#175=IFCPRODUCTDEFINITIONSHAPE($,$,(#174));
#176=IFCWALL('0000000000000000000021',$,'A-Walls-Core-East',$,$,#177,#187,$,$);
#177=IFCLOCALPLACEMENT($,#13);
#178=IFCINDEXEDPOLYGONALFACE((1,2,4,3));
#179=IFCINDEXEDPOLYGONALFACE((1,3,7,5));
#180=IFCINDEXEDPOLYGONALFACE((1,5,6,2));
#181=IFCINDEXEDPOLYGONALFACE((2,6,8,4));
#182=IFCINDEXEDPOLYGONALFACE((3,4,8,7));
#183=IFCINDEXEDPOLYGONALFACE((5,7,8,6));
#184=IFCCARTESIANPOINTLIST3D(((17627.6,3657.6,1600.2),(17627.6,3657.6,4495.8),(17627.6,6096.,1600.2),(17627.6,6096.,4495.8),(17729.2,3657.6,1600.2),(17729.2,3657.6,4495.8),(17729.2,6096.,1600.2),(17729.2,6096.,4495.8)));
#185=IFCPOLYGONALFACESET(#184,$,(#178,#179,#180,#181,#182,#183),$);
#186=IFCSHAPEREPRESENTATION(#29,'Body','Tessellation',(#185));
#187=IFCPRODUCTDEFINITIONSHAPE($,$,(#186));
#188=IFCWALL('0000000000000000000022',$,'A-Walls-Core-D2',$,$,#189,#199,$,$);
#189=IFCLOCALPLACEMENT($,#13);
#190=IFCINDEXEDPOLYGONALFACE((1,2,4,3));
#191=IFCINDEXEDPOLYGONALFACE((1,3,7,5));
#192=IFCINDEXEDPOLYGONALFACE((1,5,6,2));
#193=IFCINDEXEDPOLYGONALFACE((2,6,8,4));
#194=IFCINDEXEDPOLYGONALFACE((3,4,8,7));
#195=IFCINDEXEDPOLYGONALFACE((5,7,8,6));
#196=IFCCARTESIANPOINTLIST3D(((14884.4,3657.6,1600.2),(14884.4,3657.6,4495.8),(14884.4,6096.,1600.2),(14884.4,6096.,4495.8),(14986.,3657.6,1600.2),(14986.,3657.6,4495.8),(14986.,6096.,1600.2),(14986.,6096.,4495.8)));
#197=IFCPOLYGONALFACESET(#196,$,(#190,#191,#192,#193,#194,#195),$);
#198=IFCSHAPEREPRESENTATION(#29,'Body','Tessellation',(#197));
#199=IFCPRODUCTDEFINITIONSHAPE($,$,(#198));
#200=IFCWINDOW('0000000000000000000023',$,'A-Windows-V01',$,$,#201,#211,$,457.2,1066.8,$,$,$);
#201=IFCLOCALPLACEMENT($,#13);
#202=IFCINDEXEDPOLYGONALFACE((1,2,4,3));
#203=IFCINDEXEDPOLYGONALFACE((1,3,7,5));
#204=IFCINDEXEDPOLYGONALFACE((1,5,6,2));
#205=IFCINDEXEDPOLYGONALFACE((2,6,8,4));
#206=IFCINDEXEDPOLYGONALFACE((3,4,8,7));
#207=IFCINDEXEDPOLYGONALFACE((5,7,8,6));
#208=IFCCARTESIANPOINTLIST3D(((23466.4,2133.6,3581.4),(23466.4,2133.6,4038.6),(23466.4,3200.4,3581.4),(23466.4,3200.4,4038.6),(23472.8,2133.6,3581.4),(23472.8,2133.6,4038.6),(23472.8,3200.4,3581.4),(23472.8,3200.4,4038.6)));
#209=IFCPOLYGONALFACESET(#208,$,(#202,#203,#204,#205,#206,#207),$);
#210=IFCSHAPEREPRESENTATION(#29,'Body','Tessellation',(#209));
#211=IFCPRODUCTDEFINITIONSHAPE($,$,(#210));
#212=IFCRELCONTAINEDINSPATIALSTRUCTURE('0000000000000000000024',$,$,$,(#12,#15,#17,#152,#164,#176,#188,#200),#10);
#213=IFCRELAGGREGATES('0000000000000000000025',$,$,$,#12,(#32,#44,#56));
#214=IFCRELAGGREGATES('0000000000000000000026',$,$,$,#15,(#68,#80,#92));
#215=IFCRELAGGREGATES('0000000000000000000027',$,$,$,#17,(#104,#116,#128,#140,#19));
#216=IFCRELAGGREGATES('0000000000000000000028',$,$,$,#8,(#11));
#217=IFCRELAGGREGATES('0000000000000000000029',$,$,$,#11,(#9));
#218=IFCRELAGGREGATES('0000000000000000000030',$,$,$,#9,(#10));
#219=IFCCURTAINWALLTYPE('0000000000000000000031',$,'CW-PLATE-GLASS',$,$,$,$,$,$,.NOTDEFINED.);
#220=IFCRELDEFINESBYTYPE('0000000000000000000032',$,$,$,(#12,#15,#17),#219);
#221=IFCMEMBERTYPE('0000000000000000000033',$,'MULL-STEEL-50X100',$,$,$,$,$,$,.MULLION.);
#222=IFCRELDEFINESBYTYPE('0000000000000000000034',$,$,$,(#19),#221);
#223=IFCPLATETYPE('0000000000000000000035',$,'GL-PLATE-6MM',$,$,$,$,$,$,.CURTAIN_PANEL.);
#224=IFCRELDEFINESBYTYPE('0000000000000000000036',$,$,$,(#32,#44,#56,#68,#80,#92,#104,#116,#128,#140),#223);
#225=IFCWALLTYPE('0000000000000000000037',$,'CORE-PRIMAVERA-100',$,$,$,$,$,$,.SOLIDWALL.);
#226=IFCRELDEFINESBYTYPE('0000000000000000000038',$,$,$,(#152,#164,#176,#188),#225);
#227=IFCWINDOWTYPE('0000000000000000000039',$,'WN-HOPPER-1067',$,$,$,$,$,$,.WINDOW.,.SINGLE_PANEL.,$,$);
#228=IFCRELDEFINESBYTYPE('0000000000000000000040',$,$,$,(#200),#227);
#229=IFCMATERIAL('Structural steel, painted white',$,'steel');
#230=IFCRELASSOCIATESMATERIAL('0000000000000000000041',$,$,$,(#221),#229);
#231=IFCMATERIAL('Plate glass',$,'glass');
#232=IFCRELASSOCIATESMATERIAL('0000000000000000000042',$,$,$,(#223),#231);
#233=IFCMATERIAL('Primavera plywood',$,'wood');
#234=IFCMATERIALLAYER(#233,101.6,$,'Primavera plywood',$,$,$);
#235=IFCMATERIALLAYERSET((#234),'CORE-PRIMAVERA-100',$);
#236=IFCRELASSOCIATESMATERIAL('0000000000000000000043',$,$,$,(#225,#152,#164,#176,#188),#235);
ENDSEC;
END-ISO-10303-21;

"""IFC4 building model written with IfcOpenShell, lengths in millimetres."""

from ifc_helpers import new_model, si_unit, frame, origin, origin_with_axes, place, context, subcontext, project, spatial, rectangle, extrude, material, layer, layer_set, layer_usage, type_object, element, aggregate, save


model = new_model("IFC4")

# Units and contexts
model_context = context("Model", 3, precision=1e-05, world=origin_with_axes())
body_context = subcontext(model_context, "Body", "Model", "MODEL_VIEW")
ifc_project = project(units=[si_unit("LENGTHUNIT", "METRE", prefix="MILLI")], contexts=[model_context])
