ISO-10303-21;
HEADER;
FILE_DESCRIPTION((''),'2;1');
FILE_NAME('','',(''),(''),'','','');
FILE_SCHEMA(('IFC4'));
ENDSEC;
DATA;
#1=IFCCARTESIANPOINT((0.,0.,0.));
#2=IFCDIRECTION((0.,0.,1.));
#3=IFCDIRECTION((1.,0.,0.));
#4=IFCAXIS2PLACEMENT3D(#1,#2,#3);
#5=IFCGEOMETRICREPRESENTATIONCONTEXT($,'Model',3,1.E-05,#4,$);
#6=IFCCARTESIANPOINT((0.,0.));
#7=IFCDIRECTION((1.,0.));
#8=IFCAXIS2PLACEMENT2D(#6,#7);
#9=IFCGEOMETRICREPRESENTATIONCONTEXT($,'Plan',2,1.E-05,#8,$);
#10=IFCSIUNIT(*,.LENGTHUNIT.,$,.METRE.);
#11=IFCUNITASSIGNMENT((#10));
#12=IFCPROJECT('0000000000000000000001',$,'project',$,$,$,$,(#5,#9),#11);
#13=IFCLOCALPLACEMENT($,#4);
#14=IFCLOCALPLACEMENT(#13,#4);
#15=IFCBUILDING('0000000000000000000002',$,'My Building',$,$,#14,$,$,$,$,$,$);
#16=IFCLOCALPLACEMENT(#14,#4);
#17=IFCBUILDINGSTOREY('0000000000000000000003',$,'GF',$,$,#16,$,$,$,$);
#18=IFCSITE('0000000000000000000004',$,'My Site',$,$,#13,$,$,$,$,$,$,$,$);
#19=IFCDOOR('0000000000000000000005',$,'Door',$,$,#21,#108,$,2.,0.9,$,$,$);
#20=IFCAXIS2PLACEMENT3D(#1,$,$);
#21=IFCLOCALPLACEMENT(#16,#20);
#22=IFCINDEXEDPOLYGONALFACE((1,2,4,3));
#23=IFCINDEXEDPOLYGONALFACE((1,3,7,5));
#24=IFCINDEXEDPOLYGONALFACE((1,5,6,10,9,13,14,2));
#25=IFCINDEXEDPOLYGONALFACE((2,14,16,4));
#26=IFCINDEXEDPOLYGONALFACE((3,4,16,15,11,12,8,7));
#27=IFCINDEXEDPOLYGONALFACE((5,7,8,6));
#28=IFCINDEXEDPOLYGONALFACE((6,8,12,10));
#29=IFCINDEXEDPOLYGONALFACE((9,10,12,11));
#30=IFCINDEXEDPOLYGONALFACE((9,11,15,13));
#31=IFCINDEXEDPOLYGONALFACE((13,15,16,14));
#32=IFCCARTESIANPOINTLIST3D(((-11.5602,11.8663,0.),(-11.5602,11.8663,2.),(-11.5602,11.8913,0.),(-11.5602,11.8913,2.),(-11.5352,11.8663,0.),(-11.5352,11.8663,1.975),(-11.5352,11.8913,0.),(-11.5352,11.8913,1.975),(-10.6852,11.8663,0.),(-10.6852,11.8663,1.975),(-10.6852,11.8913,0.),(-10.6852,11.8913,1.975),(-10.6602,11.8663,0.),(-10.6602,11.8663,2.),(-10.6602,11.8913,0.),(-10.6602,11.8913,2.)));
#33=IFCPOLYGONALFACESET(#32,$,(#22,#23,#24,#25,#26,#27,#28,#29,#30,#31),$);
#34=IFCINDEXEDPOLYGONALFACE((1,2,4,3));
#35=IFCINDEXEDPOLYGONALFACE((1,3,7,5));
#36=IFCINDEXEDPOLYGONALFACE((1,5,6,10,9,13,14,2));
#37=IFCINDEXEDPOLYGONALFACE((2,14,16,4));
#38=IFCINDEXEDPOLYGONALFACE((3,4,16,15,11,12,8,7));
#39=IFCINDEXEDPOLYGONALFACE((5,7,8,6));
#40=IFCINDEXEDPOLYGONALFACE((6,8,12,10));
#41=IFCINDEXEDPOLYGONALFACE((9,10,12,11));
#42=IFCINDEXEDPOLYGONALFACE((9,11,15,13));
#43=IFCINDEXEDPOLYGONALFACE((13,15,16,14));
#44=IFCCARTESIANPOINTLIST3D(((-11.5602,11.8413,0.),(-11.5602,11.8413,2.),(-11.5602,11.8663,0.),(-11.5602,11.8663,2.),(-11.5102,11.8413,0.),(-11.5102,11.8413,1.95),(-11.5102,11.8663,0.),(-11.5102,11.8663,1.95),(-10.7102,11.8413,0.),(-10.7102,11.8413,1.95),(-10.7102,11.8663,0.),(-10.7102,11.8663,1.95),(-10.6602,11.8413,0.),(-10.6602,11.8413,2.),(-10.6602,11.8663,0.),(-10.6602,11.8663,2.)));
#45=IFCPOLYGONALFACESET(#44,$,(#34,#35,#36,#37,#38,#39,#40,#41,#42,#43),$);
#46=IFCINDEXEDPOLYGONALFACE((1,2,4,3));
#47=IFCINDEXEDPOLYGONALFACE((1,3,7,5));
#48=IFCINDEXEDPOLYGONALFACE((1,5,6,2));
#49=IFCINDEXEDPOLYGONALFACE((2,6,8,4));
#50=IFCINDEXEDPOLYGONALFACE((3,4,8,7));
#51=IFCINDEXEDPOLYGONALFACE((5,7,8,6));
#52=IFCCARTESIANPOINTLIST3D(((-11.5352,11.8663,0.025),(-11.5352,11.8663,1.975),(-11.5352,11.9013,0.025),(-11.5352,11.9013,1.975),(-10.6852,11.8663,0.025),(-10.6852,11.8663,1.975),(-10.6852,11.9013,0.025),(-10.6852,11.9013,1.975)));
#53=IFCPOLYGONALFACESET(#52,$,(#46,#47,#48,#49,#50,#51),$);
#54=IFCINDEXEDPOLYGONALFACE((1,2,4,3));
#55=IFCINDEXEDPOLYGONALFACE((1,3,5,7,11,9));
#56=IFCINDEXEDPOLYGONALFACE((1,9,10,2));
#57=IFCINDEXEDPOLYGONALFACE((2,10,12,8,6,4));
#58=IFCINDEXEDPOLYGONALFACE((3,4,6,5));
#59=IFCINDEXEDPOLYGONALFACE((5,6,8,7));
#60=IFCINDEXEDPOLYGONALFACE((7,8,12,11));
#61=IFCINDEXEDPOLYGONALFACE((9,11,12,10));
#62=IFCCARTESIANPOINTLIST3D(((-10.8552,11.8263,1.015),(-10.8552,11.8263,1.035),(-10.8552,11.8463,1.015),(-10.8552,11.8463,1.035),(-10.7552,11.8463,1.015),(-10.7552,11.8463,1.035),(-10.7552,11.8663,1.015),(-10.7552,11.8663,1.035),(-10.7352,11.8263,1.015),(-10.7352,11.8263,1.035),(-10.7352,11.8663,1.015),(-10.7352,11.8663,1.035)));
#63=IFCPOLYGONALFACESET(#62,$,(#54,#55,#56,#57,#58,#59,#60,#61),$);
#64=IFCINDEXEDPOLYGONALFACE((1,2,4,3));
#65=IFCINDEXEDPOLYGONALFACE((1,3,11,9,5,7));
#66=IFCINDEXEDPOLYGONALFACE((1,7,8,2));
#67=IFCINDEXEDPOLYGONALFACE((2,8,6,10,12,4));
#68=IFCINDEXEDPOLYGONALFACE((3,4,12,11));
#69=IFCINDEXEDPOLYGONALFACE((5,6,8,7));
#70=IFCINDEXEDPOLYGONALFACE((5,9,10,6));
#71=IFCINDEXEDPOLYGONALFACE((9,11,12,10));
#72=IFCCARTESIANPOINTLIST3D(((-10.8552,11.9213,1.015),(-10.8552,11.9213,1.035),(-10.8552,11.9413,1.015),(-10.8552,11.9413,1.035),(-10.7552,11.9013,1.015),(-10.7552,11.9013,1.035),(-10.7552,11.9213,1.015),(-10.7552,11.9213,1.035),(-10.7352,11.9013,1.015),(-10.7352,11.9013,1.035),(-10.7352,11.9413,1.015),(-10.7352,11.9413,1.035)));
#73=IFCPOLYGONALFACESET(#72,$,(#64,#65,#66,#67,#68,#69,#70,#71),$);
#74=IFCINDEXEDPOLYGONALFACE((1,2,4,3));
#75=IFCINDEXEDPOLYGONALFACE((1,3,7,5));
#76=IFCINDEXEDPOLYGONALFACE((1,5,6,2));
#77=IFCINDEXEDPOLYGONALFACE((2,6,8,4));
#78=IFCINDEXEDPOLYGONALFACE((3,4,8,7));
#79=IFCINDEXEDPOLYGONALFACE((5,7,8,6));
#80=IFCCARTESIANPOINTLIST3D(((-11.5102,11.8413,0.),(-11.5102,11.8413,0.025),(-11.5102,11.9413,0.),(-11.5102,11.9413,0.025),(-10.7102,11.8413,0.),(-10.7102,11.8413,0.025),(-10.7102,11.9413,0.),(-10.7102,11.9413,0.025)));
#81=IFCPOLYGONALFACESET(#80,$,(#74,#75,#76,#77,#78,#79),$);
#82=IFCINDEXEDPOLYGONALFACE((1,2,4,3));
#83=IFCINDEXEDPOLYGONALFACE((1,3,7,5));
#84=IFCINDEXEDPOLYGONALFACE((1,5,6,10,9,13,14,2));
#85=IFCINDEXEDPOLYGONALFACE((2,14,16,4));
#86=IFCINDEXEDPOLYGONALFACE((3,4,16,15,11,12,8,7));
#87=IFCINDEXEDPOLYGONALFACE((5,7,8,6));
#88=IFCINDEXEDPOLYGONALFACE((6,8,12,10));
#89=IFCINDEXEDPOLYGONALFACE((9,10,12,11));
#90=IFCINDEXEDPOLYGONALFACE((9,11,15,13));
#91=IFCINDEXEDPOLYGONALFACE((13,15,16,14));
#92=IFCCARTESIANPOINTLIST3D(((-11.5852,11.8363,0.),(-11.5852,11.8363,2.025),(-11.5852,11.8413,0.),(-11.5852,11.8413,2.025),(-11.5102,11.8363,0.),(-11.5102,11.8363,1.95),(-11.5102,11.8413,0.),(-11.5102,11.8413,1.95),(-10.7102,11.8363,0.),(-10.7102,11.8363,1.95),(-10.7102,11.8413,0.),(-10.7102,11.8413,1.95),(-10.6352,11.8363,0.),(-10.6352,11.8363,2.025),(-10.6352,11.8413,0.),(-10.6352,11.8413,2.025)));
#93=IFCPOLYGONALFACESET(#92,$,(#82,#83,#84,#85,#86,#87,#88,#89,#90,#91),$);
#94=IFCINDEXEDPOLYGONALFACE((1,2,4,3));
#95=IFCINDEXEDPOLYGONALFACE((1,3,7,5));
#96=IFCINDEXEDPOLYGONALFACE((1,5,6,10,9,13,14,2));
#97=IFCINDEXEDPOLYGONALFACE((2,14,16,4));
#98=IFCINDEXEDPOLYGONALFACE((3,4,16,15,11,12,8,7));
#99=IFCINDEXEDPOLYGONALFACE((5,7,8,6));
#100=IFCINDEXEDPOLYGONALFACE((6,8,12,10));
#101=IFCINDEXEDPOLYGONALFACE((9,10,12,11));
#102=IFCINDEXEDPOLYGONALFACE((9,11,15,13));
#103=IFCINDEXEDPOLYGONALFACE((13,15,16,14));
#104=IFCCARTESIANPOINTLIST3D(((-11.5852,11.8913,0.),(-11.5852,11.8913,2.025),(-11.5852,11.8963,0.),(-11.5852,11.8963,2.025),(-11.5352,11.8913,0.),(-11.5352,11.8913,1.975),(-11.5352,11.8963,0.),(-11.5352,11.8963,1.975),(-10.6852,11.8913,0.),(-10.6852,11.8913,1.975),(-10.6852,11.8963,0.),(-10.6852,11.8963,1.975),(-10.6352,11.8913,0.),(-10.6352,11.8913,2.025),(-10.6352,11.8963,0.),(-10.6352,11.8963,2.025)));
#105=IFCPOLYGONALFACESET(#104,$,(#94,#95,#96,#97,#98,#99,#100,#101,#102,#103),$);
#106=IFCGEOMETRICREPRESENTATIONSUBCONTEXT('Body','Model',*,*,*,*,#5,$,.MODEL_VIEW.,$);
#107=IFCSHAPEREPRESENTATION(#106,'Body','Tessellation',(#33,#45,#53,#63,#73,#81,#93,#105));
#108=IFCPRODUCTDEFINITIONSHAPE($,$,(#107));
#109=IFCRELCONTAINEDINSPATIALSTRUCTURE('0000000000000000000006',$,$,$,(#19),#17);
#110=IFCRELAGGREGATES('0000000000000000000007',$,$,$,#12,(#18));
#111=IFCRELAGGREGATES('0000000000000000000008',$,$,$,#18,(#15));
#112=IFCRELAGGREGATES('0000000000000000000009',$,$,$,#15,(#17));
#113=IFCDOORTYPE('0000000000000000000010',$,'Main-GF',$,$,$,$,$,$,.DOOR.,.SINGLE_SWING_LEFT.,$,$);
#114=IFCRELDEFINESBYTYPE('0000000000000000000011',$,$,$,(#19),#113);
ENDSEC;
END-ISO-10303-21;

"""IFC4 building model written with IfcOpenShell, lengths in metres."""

from ifc_helpers import new_model, entity, si_unit, frame, origin_with_axes, origin_2d_with_axis, place, context, subcontext, project, spatial, line, indexed_curve, outline, extrude, shape, source, transform, mapped, type_object, type_shapes, element, save


model = new_model("IFC4")

# Units and contexts
model_context = context("Model", 3, precision=1e-05, world=origin_with_axes())
plan_context = context("Plan", 2, precision=1e-05, world=origin_2d_with_axis())
body_context_1 = subcontext(model_context, "Body", "Model", "MODEL_VIEW")
body_context_2 = subcontext(plan_context, "Body", "Plan", "PLAN_VIEW")
ifc_project = project(units=[si_unit("LENGTHUNIT", "METRE")], contexts=[model_context, plan_context])

# Site, building, storey
site_placement = place(None, origin_with_axes())
site = spatial("IfcSite", under=ifc_project, at=site_placement, Name="My Site")
building_placement = place(site_placement, origin_with_axes())
building = spatial("IfcBuilding", under=site, at=building_placement, Name="My Building")
storey_placement = place(building_placement, origin_with_axes())
storey = spatial("IfcBuildingStorey", under=building, at=storey_placement, Name="GF")

# Door
door_type_1 = type_object("IfcDoorType", Name="Main-GF", OperationType="SINGLE_SWING_LEFT", PredefinedType="DOOR")
shared_shape_1 = source(origin_with_axes(), body_context_1, "Body", "SweptSolid", [
    extrude(outline(indexed_curve([(0.0, 0.0), (0.0, 2.0), (0.9, 2.0), (0.9, 0.0), (0.875, 0.0), (0.875, 1.975), (0.025, 1.975), (0.025, 0.0)], segments=[line(1, 2, 3, 4, 5, 6, 7, 8, 1)])), frame((0.0, 0.025, 0.0), z_axis=(0.0, -1.0, 0.0), x_axis=(1.0, 0.0, 0.0)), (0.0, 0.0, -1.0), 0.025),
    extrude(outline(indexed_curve([(0.0, 0.0), (0.0, 2.0), (0.9, 2.0), (0.9, 0.0), (0.85, 0.0), (0.85, 1.95), (0.05, 1.95), (0.05, 0.0)], segments=[line(1, 2, 3, 4, 5, 6, 7, 8, 1)])), frame((0.0, 0.0, 0.0), z_axis=(0.0, -1.0, 0.0), x_axis=(1.0, 0.0, 0.0)), (0.0, 0.0, -1.0), 0.025),
    extrude(outline(indexed_curve([(0.0, 0.0), (0.85, 0.0), (0.85, 0.035), (0.0, 0.035)], segments=[line(1, 2, 3, 4, 1)])), frame((0.025, 0.025, 0.025), z_axis=(0.0, 0.0, 1.0), x_axis=(1.0, 0.0, 0.0)), (0.0, 0.0, 1.0), 1.95),
    extrude(outline(indexed_curve([(0.0, 0.0), (0.0, -0.04), (-0.12, -0.04), (-0.12, -0.02), (-0.02, -0.02), (-0.02, 0.0)], segments=[line(1, 2, 3, 4, 5, 6, 1)])), frame((0.825, 0.025, 1.015), z_axis=(0.0, 0.0, 1.0), x_axis=(1.0, 0.0, 0.0)), (0.0, 0.0, 1.0), 0.02),
    extrude(outline(indexed_curve([(0.0, 0.0), (0.0, 0.04), (-0.12, 0.04), (-0.12, 0.02), (-0.02, 0.02), (-0.02, 0.0)], segments=[line(1, 2, 3, 4, 5, 6, 1)])), frame((0.825, 0.06, 1.015), z_axis=(0.0, 0.0, 1.0), x_axis=(1.0, 0.0, 0.0)), (0.0, 0.0, 1.0), 0.02),
    extrude(outline(indexed_curve([(0.0, 0.0), (0.8, 0.0), (0.8, 0.1), (0.0, 0.1)], segments=[line(1, 2, 3, 4, 1)])), frame((0.05, 0.0, 0.0), z_axis=(0.0, 0.0, 1.0), x_axis=(1.0, 0.0, 0.0)), (0.0, 0.0, 1.0), 0.025),
    extrude(outline(indexed_curve([(0.0, 0.0), (0.0, 2.025), (0.95, 2.025), (0.95, 0.0), (0.875, 0.0), (0.875, 1.95), (0.075, 1.95), (0.075, 0.0)], segments=[line(1, 2, 3, 4, 5, 6, 7, 8, 1)])), frame((-0.025, -0.005, 0.0), z_axis=(0.0, -1.0, 0.0), x_axis=(1.0, 0.0, 0.0)), (0.0, 0.0, -1.0), 0.005),
    extrude(outline(indexed_curve([(0.0, 0.0), (0.0, 2.025), (0.95, 2.025), (0.95, 0.0), (0.9, 0.0), (0.9, 1.975), (0.05, 1.975), (0.05, 0.0)], segments=[line(1, 2, 3, 4, 5, 6, 7, 8, 1)])), frame((-0.025, 0.05, 0.0), z_axis=(0.0, -1.0, 0.0), x_axis=(1.0, 0.0, 0.0)), (0.0, 0.0, -1.0), 0.005),
])
shared_shape_2 = source(origin_with_axes(), body_context_2, "Body", "Curve2D", [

........

> **Try it**
For each line in the data that holds "IFCPRODUCTDEFINITIONSHAPE", add one to a count, then report that count alone.

> **Solution for this exercise**
5